In the course of the lawsuit, the contractor is obligated to the subs and suppliers. If the subcontracts contain pay-if-paid or pay-when-paid provisions, the general contractor may be protected, though not necessarily. Recent case law has held that a pay-when-paid provision still obligates the general contractor to pay subcontractors within a reasonable period of time and does not permit the general to delay subcontractor payments indefinitely.

Assuming the general succeeds in being awarded a judgment in the lawsuit, the next step is to schedule a foreclosure sale, and this can be done within approximately two to three months after a judgment is entered. If the bank has not stepped up and paid subcontractors by the time the foreclosure sale is scheduled, there is a good chance that it will not do so and will instead allow the sale to go forward. If the sheriff’s sale takes place, the bank is still protected, because it can later exercise its redemption rights to acquire the property for the amount that was bid at the sale.

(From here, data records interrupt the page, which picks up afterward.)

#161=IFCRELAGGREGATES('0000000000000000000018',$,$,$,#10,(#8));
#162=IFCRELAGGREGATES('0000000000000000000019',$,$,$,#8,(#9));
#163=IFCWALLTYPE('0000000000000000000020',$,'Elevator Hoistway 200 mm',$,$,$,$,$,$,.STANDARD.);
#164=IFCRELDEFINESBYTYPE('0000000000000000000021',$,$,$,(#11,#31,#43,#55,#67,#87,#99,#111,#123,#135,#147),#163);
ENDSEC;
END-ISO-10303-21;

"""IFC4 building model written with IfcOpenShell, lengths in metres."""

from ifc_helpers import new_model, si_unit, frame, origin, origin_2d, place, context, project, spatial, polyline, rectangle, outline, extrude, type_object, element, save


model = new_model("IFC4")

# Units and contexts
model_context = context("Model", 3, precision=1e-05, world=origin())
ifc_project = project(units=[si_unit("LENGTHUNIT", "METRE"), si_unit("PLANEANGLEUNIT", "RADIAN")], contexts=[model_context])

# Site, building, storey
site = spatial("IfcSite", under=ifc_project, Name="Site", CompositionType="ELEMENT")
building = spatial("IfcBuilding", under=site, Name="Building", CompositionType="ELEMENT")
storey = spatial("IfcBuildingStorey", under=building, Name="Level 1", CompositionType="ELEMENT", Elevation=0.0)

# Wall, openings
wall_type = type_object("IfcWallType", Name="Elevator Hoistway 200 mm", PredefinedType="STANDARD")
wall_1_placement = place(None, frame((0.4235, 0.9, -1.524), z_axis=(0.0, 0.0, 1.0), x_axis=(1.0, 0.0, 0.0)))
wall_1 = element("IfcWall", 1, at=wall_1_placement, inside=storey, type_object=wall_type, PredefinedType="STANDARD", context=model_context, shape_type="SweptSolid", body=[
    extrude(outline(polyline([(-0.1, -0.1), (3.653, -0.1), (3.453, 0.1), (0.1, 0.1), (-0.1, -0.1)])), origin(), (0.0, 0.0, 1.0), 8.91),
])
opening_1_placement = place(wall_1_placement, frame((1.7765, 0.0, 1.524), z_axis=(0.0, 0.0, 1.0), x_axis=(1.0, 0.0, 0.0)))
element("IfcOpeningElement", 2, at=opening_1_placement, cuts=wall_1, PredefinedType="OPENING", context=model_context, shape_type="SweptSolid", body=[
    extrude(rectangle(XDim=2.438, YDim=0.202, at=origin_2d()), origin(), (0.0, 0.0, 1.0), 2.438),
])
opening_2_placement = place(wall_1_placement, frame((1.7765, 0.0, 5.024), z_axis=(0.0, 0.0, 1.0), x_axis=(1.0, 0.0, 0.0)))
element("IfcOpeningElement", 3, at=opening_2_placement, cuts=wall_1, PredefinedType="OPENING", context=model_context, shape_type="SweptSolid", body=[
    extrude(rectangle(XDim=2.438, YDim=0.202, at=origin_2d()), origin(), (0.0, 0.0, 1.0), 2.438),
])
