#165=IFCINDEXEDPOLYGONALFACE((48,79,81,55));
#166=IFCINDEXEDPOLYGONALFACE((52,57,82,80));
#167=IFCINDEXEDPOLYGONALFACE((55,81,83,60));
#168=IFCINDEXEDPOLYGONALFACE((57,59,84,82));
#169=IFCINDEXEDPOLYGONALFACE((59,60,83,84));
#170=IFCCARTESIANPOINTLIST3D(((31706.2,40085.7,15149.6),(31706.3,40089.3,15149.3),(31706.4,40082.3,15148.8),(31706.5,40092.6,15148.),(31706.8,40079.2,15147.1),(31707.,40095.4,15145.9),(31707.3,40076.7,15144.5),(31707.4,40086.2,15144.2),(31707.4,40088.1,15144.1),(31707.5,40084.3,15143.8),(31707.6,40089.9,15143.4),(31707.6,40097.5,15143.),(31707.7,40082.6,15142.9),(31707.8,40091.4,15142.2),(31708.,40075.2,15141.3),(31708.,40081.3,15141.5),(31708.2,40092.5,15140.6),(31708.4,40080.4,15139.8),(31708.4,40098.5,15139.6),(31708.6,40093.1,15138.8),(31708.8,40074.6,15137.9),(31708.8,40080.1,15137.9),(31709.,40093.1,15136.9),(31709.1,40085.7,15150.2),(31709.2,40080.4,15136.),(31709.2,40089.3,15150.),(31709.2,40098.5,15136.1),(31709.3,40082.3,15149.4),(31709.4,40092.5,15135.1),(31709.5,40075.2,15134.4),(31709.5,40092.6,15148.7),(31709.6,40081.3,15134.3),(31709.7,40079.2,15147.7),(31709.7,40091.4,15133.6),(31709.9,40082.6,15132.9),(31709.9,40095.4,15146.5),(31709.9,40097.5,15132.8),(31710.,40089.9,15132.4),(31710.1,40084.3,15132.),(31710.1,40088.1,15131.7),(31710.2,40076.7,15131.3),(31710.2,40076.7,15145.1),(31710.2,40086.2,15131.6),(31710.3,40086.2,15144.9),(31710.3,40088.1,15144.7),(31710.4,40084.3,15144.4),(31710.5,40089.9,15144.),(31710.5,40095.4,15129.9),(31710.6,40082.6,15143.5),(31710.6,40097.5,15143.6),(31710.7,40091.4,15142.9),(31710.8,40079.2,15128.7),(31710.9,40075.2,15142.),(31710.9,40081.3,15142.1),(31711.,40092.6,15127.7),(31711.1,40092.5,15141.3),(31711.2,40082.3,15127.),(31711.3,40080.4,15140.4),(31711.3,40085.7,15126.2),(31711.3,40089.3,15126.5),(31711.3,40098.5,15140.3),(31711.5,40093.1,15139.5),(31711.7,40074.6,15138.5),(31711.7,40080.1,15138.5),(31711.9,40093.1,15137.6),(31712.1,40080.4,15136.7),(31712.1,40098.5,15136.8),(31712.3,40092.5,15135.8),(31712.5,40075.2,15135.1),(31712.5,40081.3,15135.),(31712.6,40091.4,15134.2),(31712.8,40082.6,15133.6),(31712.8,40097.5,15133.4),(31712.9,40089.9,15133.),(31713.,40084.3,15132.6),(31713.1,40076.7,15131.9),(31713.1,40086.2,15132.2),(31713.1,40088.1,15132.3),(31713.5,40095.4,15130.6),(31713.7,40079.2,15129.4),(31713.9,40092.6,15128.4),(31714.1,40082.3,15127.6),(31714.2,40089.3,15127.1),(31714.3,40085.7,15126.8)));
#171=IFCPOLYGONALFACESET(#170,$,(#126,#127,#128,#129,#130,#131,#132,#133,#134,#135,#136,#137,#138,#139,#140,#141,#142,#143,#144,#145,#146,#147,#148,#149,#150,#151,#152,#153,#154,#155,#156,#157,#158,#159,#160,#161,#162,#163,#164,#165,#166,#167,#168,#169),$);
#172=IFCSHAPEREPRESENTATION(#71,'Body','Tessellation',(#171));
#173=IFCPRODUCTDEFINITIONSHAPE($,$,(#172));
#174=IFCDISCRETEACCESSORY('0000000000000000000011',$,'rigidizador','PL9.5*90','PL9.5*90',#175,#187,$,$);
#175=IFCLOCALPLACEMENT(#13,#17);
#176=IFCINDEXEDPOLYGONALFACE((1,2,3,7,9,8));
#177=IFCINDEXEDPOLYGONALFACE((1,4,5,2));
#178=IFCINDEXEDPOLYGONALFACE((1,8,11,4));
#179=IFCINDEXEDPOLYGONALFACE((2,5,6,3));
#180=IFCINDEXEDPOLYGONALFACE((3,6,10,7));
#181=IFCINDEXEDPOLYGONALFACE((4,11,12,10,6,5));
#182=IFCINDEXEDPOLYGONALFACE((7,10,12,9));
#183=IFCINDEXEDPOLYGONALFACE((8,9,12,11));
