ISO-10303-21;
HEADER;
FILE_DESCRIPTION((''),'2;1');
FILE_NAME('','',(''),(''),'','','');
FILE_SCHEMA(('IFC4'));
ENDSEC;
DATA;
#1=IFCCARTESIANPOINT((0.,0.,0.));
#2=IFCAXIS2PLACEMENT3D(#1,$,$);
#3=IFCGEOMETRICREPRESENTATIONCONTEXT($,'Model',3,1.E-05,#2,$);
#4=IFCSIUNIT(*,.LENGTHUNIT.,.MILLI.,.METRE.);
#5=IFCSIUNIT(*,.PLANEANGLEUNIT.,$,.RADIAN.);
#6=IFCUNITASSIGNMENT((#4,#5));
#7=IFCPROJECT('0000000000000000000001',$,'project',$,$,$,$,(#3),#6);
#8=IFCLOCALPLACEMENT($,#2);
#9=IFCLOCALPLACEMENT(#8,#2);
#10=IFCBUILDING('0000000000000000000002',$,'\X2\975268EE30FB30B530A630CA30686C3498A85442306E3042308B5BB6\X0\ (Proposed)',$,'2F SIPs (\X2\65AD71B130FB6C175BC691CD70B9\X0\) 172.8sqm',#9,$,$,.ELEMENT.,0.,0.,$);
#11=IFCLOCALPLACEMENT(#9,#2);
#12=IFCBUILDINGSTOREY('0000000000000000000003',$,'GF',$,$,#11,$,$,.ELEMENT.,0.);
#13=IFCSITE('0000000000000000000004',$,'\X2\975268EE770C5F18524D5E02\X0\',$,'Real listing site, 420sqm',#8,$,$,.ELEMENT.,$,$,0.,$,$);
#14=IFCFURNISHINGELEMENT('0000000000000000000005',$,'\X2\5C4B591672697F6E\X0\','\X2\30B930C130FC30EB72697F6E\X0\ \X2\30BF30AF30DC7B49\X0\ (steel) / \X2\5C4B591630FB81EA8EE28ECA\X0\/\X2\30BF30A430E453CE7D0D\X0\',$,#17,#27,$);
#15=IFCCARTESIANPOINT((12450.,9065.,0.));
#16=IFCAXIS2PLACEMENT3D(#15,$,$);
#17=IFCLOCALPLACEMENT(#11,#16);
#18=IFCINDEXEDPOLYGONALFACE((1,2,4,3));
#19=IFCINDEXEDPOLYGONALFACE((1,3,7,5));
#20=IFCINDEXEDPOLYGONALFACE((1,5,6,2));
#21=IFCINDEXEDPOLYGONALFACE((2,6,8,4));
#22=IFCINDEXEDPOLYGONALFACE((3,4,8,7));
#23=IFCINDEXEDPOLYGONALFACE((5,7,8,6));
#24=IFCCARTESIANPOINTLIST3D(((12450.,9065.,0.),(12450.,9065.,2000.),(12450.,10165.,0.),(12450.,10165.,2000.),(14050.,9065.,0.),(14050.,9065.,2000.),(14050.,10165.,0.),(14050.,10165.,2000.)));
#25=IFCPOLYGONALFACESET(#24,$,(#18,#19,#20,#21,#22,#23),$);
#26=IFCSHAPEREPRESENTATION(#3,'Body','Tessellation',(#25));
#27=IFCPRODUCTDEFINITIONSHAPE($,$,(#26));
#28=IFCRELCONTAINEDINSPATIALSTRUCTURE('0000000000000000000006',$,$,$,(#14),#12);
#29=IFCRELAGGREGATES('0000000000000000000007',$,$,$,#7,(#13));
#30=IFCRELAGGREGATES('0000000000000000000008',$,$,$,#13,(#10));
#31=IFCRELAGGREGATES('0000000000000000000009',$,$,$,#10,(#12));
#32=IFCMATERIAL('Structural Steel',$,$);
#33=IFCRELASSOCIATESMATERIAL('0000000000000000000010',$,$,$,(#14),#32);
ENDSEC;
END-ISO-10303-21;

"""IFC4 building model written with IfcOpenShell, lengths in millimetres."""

from ifc_helpers import new_model, si_unit, frame, frame_2d, origin, place, context, project, spatial, rectangle, extrude, material, element, save


model = new_model("IFC4")

# Units and contexts
model_context = context("Model", 3, precision=1e-05, world=origin())
ifc_project = project(units=[si_unit("LENGTHUNIT", "METRE", prefix="MILLI"), si_unit("PLANEANGLEUNIT", "RADIAN")], contexts=[model_context])

# Site, building, storey
site_placement = place(None, origin())
site = spatial("IfcSite", under=ifc_project, at=site_placement, Name="青森県弘前市", ObjectType="Real listing site, 420sqm", CompositionType="ELEMENT", RefElevation=0.0)
building_placement = place(site_placement, origin())
building = spatial("IfcBuilding", under=site, at=building_placement, Name="青森・サウナと水風呂のある家 (Proposed)", ObjectType="2F SIPs (断熱・気密重点) 172.8sqm", CompositionType="ELEMENT", ElevationOfRefHeight=0.0, ElevationOfTerrain=0.0)
storey_placement = place(building_placement, origin())
storey = spatial("IfcBuildingStorey", under=building, at=storey_placement, Name="GF", CompositionType="ELEMENT", Elevation=0.0)

# Shared definitions
ifc_material_1 = material(Name="Structural Steel")

# Furnishing element
furnishing_1_placement = place(storey_placement, frame((12450.0, 9065.0, 0.0)))
element("IfcFurnishingElement", 1, at=furnishing_1_placement, inside=storey, material=ifc_material_1, Name="屋外物置", Description="スチール物置 タクボ等 (steel) / 屋外・自転車/タイヤ収納", context=model_context, shape_type="SweptSolid", body=[
    extrude(rectangle(XDim=1600.0, YDim=1100.0, at=frame_2d((800.0, 550.0))), frame((12450.0, 9065.0, 0.0)), (0.0, 0.0, 1.0), 2000.0),
])

save(model, "model.ifc")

However, if the owner believes there is equity in the project, and most owners are optimistic that there is, even in the face of an appraisal to the contrary, the owner will file a bankruptcy petition in time to prevent the sale. If the owner is a single-asset limited liability company, which is how many development projects are set up, a bankruptcy filing is an easy decision. Typically, the owner will wait until only a day or a few days prior to the scheduled foreclosure sale to file the petition.

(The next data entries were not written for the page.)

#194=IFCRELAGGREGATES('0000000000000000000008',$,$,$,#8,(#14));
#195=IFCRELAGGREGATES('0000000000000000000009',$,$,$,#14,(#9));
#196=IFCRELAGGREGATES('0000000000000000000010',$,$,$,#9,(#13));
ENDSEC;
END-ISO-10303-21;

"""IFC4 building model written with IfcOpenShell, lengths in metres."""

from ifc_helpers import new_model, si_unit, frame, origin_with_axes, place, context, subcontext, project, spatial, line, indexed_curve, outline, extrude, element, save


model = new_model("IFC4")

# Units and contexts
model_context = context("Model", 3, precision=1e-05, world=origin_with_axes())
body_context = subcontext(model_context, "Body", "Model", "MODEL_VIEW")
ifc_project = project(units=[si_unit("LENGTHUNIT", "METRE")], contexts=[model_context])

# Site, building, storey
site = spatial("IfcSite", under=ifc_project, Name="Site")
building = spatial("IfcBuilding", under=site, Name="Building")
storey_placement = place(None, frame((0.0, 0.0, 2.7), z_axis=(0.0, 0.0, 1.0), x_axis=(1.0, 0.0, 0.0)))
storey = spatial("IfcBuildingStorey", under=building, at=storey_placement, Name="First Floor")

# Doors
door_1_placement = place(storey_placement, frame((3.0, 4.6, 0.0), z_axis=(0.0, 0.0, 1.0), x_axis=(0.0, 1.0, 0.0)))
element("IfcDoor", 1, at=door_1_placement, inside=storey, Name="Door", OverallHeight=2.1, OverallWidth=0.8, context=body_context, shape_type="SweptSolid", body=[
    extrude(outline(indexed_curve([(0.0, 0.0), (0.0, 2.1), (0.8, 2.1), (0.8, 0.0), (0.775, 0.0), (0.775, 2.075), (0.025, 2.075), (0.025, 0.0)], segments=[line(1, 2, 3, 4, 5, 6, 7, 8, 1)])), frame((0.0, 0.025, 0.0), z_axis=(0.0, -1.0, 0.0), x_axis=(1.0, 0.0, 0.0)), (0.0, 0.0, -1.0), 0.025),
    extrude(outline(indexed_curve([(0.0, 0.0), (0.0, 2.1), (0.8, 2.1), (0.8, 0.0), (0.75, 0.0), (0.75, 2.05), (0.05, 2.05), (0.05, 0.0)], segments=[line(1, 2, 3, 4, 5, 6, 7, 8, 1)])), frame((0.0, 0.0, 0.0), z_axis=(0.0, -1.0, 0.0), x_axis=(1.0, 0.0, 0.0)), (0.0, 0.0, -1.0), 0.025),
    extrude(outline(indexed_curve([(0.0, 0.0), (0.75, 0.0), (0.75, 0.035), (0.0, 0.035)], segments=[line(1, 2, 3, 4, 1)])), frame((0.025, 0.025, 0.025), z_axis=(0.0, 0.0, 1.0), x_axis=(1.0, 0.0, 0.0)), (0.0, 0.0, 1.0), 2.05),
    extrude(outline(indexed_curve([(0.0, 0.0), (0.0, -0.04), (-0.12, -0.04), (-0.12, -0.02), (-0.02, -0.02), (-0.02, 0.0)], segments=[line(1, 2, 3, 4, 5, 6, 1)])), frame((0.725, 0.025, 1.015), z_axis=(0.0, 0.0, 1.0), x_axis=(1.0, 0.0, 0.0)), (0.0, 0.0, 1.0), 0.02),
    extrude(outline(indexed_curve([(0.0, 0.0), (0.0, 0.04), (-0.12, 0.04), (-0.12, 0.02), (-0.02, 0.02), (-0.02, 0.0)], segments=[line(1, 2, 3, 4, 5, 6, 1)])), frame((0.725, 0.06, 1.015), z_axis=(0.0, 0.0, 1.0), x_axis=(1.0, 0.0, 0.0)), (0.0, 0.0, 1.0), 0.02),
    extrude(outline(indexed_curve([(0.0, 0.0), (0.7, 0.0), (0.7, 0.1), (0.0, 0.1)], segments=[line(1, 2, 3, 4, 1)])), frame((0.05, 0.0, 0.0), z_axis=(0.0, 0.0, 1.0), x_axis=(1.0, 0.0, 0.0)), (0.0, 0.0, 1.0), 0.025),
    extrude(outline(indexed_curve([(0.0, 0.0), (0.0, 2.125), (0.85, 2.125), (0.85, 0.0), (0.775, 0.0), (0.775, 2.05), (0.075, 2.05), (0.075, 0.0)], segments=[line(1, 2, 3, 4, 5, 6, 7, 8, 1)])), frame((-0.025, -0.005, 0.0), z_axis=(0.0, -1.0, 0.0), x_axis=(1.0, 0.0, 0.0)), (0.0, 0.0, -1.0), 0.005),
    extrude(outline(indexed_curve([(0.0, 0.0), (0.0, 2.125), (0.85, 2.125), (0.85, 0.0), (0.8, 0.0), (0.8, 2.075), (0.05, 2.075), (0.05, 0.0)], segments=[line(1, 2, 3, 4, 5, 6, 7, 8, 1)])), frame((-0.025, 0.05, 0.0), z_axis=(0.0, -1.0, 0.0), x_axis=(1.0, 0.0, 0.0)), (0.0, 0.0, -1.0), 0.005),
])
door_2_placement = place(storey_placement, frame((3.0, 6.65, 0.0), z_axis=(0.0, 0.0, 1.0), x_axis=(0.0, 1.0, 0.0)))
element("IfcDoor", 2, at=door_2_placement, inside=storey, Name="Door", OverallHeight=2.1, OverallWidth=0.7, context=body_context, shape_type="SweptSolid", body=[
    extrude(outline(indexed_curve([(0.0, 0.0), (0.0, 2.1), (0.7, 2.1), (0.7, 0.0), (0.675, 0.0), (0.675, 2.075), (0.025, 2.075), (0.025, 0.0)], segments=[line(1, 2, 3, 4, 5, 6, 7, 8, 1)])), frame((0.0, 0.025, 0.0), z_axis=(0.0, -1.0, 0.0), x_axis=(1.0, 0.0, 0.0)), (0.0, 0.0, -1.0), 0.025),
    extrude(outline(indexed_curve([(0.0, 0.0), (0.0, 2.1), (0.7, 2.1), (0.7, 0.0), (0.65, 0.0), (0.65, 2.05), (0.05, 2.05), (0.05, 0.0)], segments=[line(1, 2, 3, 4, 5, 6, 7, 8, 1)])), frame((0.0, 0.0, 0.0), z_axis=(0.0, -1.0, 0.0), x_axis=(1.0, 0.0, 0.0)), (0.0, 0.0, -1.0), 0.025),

In bankruptcy, the owner will likely propose a plan of reorganization that involves delaying completion of the project for a few years until the economy turns around, which will, in theory, give the owner time to locate new financing, complete the project, and pay everyone off. All of this, of course, means three, four, or maybe five years of delay in the contractor getting paid. Many contractors simply cannot wait that long.

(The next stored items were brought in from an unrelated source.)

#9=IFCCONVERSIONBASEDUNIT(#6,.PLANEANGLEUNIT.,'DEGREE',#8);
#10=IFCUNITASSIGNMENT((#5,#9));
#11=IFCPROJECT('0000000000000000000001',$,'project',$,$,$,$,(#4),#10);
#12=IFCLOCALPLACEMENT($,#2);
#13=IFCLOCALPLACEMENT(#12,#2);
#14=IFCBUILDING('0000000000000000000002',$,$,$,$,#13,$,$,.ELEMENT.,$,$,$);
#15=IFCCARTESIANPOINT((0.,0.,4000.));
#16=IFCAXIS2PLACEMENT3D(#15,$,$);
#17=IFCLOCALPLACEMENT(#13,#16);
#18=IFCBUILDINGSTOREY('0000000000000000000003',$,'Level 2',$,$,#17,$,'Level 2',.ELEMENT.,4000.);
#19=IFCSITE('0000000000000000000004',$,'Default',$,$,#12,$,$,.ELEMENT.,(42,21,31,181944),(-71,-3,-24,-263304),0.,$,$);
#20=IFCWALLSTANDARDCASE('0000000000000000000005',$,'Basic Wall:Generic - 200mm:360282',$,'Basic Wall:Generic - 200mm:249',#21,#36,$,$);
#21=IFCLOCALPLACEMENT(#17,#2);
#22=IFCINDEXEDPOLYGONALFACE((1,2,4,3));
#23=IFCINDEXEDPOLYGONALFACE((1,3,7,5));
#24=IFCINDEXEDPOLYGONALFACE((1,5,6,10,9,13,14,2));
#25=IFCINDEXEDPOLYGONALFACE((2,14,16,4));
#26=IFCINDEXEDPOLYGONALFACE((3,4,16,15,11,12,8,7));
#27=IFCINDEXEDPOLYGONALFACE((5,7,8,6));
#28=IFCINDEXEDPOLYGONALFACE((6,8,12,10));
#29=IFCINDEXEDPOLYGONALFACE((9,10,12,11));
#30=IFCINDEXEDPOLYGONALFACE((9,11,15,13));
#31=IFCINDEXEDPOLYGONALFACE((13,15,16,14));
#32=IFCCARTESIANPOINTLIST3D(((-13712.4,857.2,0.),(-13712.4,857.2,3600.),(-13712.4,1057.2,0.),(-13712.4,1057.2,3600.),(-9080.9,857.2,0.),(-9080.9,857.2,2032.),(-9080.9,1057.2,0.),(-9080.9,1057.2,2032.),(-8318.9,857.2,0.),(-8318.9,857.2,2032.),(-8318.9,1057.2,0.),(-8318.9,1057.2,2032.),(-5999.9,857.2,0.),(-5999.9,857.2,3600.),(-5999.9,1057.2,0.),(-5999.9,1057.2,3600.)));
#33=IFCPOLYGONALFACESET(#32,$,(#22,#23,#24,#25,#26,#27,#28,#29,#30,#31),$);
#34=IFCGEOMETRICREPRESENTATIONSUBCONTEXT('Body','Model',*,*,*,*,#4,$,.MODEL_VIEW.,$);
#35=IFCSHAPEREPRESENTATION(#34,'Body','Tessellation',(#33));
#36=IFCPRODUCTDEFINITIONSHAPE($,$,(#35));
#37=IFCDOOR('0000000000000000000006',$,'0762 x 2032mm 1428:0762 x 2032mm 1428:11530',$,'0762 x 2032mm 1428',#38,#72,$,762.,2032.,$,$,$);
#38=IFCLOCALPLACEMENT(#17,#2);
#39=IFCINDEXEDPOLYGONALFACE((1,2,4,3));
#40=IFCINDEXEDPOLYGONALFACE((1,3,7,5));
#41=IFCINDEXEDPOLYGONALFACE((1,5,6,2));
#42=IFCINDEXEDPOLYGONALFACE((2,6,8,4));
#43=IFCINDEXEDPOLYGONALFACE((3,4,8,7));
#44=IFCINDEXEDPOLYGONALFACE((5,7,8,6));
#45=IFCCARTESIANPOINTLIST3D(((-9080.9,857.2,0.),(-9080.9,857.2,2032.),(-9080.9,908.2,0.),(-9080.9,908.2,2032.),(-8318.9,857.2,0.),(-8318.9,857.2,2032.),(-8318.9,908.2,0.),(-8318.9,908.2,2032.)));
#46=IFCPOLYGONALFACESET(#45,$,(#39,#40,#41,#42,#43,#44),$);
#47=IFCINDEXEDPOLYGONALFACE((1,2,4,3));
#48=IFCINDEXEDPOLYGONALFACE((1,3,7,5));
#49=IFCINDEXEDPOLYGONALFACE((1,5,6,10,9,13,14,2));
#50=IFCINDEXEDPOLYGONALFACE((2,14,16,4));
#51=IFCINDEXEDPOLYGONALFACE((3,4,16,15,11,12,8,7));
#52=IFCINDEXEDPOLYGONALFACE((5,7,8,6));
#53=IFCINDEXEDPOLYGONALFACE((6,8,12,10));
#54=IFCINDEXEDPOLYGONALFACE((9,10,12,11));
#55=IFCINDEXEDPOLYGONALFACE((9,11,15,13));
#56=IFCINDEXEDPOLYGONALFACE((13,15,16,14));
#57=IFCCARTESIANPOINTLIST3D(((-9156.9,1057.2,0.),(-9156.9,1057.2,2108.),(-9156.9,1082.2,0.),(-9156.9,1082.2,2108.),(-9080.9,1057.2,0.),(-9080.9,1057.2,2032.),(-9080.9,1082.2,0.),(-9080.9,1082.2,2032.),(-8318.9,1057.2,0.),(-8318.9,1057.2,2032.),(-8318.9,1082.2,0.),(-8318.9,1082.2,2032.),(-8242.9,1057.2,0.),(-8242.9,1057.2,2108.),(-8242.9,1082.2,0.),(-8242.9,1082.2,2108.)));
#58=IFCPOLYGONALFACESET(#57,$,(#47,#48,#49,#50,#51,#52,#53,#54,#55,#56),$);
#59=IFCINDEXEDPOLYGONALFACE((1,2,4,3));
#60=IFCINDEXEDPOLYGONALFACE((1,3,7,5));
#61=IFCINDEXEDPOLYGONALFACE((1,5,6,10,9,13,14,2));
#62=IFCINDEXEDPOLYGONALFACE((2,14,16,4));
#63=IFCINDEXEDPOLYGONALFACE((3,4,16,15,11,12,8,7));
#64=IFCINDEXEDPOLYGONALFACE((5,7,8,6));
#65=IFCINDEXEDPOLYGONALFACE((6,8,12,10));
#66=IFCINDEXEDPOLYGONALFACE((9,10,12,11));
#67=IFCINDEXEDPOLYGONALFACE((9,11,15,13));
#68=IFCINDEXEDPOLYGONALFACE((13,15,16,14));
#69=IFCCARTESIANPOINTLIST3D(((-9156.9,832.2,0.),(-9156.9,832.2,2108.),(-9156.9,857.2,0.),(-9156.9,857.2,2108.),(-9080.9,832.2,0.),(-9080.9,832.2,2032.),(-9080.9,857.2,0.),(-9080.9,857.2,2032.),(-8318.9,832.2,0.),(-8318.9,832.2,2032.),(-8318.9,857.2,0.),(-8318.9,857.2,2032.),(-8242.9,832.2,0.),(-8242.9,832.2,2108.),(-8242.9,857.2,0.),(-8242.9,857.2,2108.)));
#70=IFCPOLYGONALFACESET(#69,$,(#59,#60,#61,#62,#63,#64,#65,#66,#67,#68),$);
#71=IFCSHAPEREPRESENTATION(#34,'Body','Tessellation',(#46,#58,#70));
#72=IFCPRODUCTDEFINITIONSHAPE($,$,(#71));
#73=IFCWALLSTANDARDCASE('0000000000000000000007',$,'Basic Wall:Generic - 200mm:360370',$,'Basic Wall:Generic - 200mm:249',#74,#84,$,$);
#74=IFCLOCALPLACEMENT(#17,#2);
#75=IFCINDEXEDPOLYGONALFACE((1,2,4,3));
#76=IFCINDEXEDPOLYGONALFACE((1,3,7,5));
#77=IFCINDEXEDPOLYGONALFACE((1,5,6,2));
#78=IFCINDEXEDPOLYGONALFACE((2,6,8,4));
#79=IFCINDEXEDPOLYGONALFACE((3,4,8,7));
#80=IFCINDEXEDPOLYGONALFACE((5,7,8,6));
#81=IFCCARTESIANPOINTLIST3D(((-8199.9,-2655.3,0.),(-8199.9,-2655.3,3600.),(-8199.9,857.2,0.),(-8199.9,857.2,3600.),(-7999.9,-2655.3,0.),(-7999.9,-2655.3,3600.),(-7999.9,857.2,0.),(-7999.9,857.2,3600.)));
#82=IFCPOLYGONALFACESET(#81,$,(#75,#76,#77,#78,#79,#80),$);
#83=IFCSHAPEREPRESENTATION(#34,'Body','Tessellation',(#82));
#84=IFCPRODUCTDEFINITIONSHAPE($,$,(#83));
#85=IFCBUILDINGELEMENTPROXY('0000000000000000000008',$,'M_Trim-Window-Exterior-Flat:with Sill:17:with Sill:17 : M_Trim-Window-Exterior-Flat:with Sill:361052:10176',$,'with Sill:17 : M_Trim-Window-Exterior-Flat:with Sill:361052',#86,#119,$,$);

The contractor can do a number of things to prevent this situation from happening. First, the contractor can investigate the owner’s financial condition before starting work. This might involve asking for financial statements, requesting confirmation from the lender that the financing has been approved, and ordering a Dunn & Bradstreet report. If there are concerns, the contractor should request that the owner post a payment bond. Second, the contractor should include strong language in the contract allowing it to stop work for nonpayment and to demand financial assurances in the event it has reason to question the owner’s solvency. Third, assuming that it has included strong language in its contract, the contractor should exercise its right to stop work promptly in the event of nonpayment. Fourth, the contractor should insert pay-if-paid provisions in its subcontracts. And finally, the contractor should act promptly and cautiously in filing its lien.

More than anything else, payment defaults can cause contractors significant delays. Anticipating payment issues at the contracting stage and monitoring the issues closely during performance are critical.